The reality is that sex is so fucking beautiful. There is no denying that. Sex is one of the most, if not the most beautiful thing in the universe. It’s creation. What could possibly be more beautiful than that? Of course I love watching porn lol. No matter where this journey of life takes me I must never deny the profound beauty of women and sex. Recently I’ve found myself tearing up at the beauty of women and the act of sex. I’ve been noticing in my porn viewing lately that I’m much less fixated on the sexual body parts of women (tits, ass, etc…still love that don’t get me wrong), but what I’m fixated on, and rather obsessed with lately is the metaphysics of sex. Man entering woman, penis entering vagina, is so shockingly beautiful that it makes me tear up at times. It’s opposites coming together, two becoming one, yin and yang, dual becoming non-dual. THIS IS AN ART FORM OF THE SPIRITUAL PATH I AM ON AND IT IS SO FUCKING BEAUTIFUL. Two becoming one. It’s self and other merging. It doesn’t get more beautiful than this. This whole life we’re in is a love game with the universe, a divine orgy, and the less identified we are with ego the more we can see it. It literally makes me tear up, when I watch porn sometimes. I marvel at the beauty. It is the greatest thing ever. I don’t know how I could ever give this shit up honestly.

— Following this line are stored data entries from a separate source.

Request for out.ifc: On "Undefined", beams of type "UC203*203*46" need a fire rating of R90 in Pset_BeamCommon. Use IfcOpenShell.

First a look at what the model holds.

```python
import ifcopenshell
import ifcopenshell.util.element

model = ifcopenshell.open("out.ifc")
print(model.schema)
storey = next(s for s in model.by_type("IfcBuildingStorey") if s.Name == "Undefined")
beams = [e for e in ifcopenshell.util.element.get_decomposition(storey) if e.is_a("IfcBeam")]
seen = {}
for e in beams:
    element_type = ifcopenshell.util.element.get_type(e)
    key = (element_type.Name if element_type != e and element_type else None, ifcopenshell.util.element.get_pset(e, "Pset_BeamCommon", "FireRating"))
    seen[key] = seen.get(key, 0) + 1
for (name, value), count in sorted(seen.items(), key=str):
    print(count, "x", name, "|", value)
```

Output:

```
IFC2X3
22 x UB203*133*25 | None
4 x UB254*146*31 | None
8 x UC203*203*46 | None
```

```python
import ifcopenshell
import ifcopenshell.api.pset
import ifcopenshell.util.element

model = ifcopenshell.open("out.ifc")

storey = next(s for s in model.by_type("IfcBuildingStorey") if s.Name == "Undefined")
beams = [e for e in ifcopenshell.util.element.get_decomposition(storey) if e.is_a("IfcBeam")]

count = 0
for e in beams:
    element_type = ifcopenshell.util.element.get_type(e)
    if element_type in (None, e) or element_type.Name != "UC203*203*46":
        continue
    found = ifcopenshell.util.element.get_pset(e, "Pset_BeamCommon", should_inherit=False)
    if found:
        pset = model.by_id(found["id"])
        if len(ifcopenshell.util.element.get_elements_by_pset(pset)) > 1:
            pset = ifcopenshell.api.pset.unshare_pset(model, products=[e], pset=pset)[0]
    else:
        pset = ifcopenshell.api.pset.add_pset(model, product=e, name="Pset_BeamCommon")
    ifcopenshell.api.pset.edit_pset(model, pset=pset, properties={"FireRating": "R90"})
    count += 1

print(count, "beams updated")

model.write("out_rev.ifc")
```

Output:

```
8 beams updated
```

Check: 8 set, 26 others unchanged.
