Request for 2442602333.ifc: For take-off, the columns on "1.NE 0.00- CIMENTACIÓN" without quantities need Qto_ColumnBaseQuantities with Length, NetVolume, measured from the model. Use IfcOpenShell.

First a look at what the model holds.

```python
import ifcopenshell
import ifcopenshell.util.element
import ifcopenshell.util.unit

model = ifcopenshell.open("2442602333.ifc")
print(model.schema)
for unit_type in ("LENGTHUNIT", "AREAUNIT", "VOLUMEUNIT"):
    print(unit_type, ifcopenshell.util.unit.calculate_unit_scale(model, unit_type))
storey = next(s for s in model.by_type("IfcBuildingStorey") if s.Name == "1.NE 0.00- CIMENTACIÓN")
columns = [e for e in ifcopenshell.util.element.get_decomposition(storey) if e.is_a("IfcColumn")]
for e in sorted(columns, key=lambda e: e.id()):
    print(e.id(), e.is_a(), e.Name, list(ifcopenshell.util.element.get_psets(e, qtos_only=True)), sep=" | ")
```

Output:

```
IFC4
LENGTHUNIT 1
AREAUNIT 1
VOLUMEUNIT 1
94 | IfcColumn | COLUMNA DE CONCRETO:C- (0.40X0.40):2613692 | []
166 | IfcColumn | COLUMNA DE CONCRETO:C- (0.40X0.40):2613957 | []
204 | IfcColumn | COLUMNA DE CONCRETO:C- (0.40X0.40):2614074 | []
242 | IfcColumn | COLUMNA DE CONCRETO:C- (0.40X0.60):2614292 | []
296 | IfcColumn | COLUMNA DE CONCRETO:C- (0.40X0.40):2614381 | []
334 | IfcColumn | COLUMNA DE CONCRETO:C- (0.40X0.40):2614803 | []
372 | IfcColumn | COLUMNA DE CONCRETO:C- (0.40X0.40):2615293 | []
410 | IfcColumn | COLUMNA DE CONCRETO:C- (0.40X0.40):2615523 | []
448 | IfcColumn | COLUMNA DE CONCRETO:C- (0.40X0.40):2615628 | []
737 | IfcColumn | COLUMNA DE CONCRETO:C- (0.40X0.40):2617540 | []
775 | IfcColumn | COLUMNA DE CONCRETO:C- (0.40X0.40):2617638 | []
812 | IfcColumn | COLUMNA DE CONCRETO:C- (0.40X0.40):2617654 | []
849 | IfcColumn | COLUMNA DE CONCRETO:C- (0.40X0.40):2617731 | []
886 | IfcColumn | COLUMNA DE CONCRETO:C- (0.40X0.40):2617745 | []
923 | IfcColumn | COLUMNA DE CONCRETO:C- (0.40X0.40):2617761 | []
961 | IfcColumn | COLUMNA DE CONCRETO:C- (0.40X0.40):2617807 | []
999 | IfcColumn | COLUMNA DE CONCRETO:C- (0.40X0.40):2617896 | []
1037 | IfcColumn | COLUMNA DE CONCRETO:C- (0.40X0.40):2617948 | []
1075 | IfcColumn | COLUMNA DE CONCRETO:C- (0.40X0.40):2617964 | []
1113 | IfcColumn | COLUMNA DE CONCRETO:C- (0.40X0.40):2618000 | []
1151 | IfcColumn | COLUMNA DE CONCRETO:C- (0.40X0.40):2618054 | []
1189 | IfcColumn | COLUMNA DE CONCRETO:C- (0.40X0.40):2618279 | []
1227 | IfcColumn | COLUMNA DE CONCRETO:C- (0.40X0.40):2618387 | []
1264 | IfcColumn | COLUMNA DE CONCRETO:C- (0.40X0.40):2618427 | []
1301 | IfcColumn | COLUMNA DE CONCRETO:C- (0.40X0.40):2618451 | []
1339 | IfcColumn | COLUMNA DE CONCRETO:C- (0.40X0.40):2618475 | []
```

```python
import ifcopenshell
import ifcopenshell.api.pset
import ifcopenshell.geom
import ifcopenshell.util.element
import ifcopenshell.util.shape
import ifcopenshell.util.unit

model = ifcopenshell.open("2442602333.ifc")
unit_scale = ifcopenshell.util.unit.calculate_unit_scale(model)
volume_scale = ifcopenshell.util.unit.calculate_unit_scale(model, "VOLUMEUNIT")
settings = ifcopenshell.geom.settings()

storey = next(s for s in model.by_type("IfcBuildingStorey") if s.Name == "1.NE 0.00- CIMENTACIÓN")
columns = [e for e in ifcopenshell.util.element.get_decomposition(storey) if e.is_a("IfcColumn")]

for e in sorted(columns, key=lambda e: e.id()):
    if ifcopenshell.util.element.get_psets(e, qtos_only=True, should_inherit=False):
        continue
    # Geometry comes back in metres, in the element's own axes.
    shape = ifcopenshell.geom.create_shape(settings, e)
    values = {
        "Length": ifcopenshell.util.shape.get_z(shape.geometry) / unit_scale,
        "NetVolume": ifcopenshell.util.shape.get_volume(shape.geometry) / volume_scale,
    }
    qto = ifcopenshell.api.pset.add_qto(model, product=e, name="Qto_ColumnBaseQuantities")
    ifcopenshell.api.pset.edit_qto(model, qto=qto, properties=values)
    print(e.id(), {k: round(v, 3) for k, v in values.items()})

model.write("2442602333_rev.ifc")
```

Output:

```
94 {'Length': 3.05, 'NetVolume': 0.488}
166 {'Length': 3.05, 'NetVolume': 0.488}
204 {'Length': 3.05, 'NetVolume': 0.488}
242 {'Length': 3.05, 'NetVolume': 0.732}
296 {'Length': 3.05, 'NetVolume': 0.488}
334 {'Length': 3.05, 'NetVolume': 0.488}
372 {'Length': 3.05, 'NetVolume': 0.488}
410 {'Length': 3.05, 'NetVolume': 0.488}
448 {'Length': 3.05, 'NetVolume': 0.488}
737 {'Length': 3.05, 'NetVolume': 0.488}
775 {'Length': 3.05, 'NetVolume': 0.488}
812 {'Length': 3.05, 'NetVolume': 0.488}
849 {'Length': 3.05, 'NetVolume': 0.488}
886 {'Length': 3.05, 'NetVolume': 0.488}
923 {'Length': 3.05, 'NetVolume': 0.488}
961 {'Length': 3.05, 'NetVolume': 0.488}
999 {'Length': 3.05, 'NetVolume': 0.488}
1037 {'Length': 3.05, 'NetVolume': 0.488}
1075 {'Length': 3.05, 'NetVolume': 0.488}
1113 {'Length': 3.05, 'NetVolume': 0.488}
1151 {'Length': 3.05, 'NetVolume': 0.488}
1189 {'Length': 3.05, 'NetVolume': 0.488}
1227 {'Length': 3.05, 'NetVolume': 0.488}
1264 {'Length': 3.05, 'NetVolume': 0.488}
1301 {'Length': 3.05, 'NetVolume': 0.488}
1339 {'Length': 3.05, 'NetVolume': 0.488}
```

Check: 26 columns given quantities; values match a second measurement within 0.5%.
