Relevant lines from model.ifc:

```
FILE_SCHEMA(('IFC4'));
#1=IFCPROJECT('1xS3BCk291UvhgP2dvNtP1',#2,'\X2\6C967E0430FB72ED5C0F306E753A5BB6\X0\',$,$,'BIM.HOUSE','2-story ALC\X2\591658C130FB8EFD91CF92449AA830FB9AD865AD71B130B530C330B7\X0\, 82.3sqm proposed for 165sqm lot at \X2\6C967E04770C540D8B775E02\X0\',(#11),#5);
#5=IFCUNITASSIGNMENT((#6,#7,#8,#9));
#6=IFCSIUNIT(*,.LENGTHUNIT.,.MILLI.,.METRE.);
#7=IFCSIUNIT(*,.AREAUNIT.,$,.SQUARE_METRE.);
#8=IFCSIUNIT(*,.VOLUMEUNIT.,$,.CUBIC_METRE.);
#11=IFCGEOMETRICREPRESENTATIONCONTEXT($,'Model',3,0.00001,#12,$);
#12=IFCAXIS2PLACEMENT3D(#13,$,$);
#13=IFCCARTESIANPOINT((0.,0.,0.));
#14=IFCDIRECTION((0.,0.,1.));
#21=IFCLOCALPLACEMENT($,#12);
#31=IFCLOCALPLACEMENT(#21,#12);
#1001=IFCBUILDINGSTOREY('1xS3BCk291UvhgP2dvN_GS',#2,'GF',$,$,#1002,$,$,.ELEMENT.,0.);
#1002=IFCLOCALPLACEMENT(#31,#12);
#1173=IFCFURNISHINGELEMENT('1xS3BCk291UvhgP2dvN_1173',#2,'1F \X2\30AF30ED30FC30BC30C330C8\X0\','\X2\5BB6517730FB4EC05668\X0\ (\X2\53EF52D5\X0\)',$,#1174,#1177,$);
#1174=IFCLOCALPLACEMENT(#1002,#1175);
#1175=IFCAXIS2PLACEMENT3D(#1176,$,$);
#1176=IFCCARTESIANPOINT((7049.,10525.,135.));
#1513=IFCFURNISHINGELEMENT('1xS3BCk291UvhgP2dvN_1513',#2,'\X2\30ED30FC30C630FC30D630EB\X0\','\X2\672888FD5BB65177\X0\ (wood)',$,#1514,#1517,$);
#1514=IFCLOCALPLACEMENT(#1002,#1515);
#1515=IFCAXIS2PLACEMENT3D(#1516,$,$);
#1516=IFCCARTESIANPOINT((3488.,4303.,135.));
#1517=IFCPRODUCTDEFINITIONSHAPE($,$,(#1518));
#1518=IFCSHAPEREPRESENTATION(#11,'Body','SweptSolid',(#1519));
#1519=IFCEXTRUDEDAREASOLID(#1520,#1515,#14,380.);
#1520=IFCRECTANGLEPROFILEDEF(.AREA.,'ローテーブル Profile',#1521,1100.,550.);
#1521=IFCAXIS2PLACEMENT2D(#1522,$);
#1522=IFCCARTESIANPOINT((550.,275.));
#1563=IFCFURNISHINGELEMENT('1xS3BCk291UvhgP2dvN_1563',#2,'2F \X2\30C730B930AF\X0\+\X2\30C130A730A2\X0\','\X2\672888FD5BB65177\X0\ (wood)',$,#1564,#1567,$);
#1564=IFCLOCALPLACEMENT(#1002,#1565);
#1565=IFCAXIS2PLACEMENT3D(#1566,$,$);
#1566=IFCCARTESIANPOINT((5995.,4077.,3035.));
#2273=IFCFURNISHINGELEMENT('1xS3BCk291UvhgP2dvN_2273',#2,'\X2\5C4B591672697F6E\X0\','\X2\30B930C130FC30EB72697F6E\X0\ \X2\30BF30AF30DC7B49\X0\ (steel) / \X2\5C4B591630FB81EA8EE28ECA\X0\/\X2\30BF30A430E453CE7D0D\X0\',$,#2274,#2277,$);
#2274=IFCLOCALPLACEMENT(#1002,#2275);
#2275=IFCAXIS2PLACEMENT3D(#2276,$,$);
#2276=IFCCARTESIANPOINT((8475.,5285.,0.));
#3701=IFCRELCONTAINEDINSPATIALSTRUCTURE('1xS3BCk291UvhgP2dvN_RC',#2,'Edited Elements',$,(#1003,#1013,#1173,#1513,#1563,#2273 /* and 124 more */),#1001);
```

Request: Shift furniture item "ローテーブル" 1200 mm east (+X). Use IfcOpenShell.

```python
import ifcopenshell
import ifcopenshell.api.geometry
import ifcopenshell.util.placement
import ifcopenshell.util.unit

model = ifcopenshell.open("model.ifc")
unit_scale = ifcopenshell.util.unit.calculate_unit_scale(model)

item = model.by_guid("1xS3BCk291UvhgP2dvN_1513")
matrix = ifcopenshell.util.placement.get_local_placement(item.ObjectPlacement)
matrix[0, 3] += 1.2 / unit_scale
ifcopenshell.api.geometry.edit_object_placement(model, product=item, matrix=matrix, is_si=False)

print(ifcopenshell.util.placement.get_local_placement(item.ObjectPlacement).round(3) + 0.0)

model.write("model_edited.ifc")
```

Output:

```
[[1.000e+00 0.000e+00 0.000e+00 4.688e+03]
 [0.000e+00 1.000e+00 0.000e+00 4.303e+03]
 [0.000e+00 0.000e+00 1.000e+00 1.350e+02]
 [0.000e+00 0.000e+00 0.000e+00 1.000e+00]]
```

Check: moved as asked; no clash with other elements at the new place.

I oscillate now between being identified with the narrative and wanting to stop, and not caring at all. I do watch porn less now, and my preferences have changed a lot. I don’t care for that stepbro stepmom, industry porn terrible acting shit. Sometimes I will watch that crap out of habit and regret afterwards because I’m totally unsatisfied. I typically only watch amateur couples now, the sex feels much more raw and closer to true divine union.
There is still a part of me that wonders if I could gain a lot of benefits from a long abstinence from PMO, I haven’t seriously attempted a long streak form orgasm in over a couple years but I feel like the same shit would just happen again at the 2 week mark where I become overwhelmed and need to fucking cum (I’ve always had very high sex drive). Guess the only way to find out is through direct experience, but at the end of the day I too still have a strong fixation on PMO and it would be hard for me to even go a few days without sex.
At the end of the day I know I have work to do, healing to do, and to be honest I don’t know how the fuck I’ll do it really. I still want to be more disciplined and have more self-control in life, but I have found freedom in being less identified with the narrative of being an addict. I have become increasingly attuned and aware and shocked by the beauty of the metaphysics of sex, and I know at this point I could not give up something I love so much.
I sort of just felt like writing this on a whim, I’ll prob share on Actualized.org and see if anyone reads it and what they have to do say.